In the example below, the data you provide is stored in table.txt. I then use groupby to get all the values in your 8th column, store them in a list for the respective identifier in your column 4 (note that my indices start at 0) and convert this data structure into a dictionary which can then be printed easily.
import pandas as pd
df=pd.read_csv("table.txt", header=None, sep = r"\s+") # replace the separator by e.g. '/t'
op = dict(df.groupby(3)[7].apply(lambda x: x.tolist()))
So in this case op looks like this:
{'gene1$transcript1': [0, 1, 3, 4, 1, 0], 'gene2$transcript1': [2, 0]}
Now you could print the output like this and pipeline it in a certain file:
for k,v in op.iteritems():
print k.split('$')[0]
for val in v:
print val
This gives you the desired output:
gene1
0
1
3
4
1
0
gene2
2
0
Maybe you can give it a try and let me know how it compares to your solution!?
Edit2:
In the comments you mentioned that you would like to print the genes in the correct order. You can do this as follows:
# add some fake genes to op from above
op['gene0$stuff'] = [7,9]
op['gene4$stuff'] = [5,9]
# print using 'sorted'
for k,v in sorted(op.iteritems()):
print k.split('$')[0]
for val in v:
print val
which gives you:
gene0
7
9
gene1
0
1
3
4
1
0
gene2
2
0
gene4
5
9
EDIT1:
I am not sure whether duplicates are intended but you could easily get rid of them by doing the following:
op2 = dict(df.groupby(3)[7].apply(lambda x: set(x)))
Now op2 would look like this:
{'gene1$transcript1': {0, 1, 3, 4}, 'gene2$transcript1': {0, 2}}
You print the output as before:
for k,v in op2.iteritems():
print k.split('$')[0]
for val in v:
print val
which gives you
gene1
0
1
3
4
gene2
0
2
I'll try to simplify your question, my solution is like this:
First, scan over the big file. For every different current_id, open a temporary file and append value of column 8 to that file.
After the full scan, catenate all chunks to a result file.
Here's the code:
# -*- coding: utf-8 -*-
import os
import tempfile
import subprocess
class ChunkBoss(object):
"""Boss for file chunks"""
def __init__(self):
self.opened_files = {}
def write_chunk(self, current_id, value):
if current_id not in self.opened_files:
self.opened_files[current_id] = open(tempfile.mktemp(), 'wb')
self.opened_files[current_id].write('>%s\n' % current_id)
self.opened_files[current_id].write('%s\n' % value)

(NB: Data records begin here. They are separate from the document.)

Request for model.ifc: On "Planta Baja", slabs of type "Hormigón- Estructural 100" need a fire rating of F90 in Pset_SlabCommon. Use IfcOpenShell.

First a look at what the model holds.

```python
import ifcopenshell
import ifcopenshell.util.element

model = ifcopenshell.open("model.ifc")
print(model.schema)
storey = next(s for s in model.by_type("IfcBuildingStorey") if s.Name == "Planta Baja")
slabs = [e for e in ifcopenshell.util.element.get_decomposition(storey) if e.is_a("IfcSlab")]
seen = {}
for e in slabs:
    element_type = ifcopenshell.util.element.get_type(e)
    key = (element_type.Name if element_type != e and element_type else None, ifcopenshell.util.element.get_pset(e, "Pset_SlabCommon", "FireRating"))
    seen[key] = seen.get(key, 0) + 1
for (name, value), count in sorted(seen.items(), key=str):
    print(count, "x", name, "|", value)
```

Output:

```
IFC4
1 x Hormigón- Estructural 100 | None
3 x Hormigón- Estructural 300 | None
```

```python
import ifcopenshell
import ifcopenshell.api.pset
import ifcopenshell.util.element

model = ifcopenshell.open("model.ifc")

storey = next(s for s in model.by_type("IfcBuildingStorey") if s.Name == "Planta Baja")
slabs = [e for e in ifcopenshell.util.element.get_decomposition(storey) if e.is_a("IfcSlab")]

count = 0
for e in slabs:
    element_type = ifcopenshell.util.element.get_type(e)
    if element_type in (None, e) or element_type.Name != "Hormigón- Estructural 100":
        continue
    # add_pset returns the element's existing set when there is one.
    pset = ifcopenshell.api.pset.add_pset(model, product=e, name="Pset_SlabCommon")
    ifcopenshell.api.pset.edit_pset(model, pset=pset, properties={"FireRating": "F90"})
    count += 1

print(count, "slabs updated")

model.write("model_rev.ifc")
```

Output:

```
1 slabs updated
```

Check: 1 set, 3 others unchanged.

def cat_result(self, filename):
"""Catenate chunks to one big file
"""
# Sort the chunks
chunk_file_list = []
for current_id in sorted(self.opened_files.keys()):
chunk_file_list.append(self.opened_files[current_id].name)
# Flush chunks
[chunk.flush() for chunk in self.opened_files.values()]
# By calling cat command
with open(filename, 'wb') as fp:
subprocess.call(['cat', ] + chunk_file_list, stdout=fp, stderr=fp)
def clean_up(self):
[os.unlink(chunk.name) for chunk in self.opened_files.values()]
def main():
boss = ChunkBoss()
with open('bigfile.data') as fp:
for line in fp:
data = line.strip().split()
current_id = data[3].split("$")[0]
value = data[7]
# Write value to temp chunk
boss.write_chunk(current_id, value)
boss.cat_result('result.txt')
boss.clean_up()
if __name__ == '__main__':
main()
I tested the performance of my script, with bigfile.data containing about 150k lines. It took about 0.5s to finish on my laptop. Maybe you can give it a try.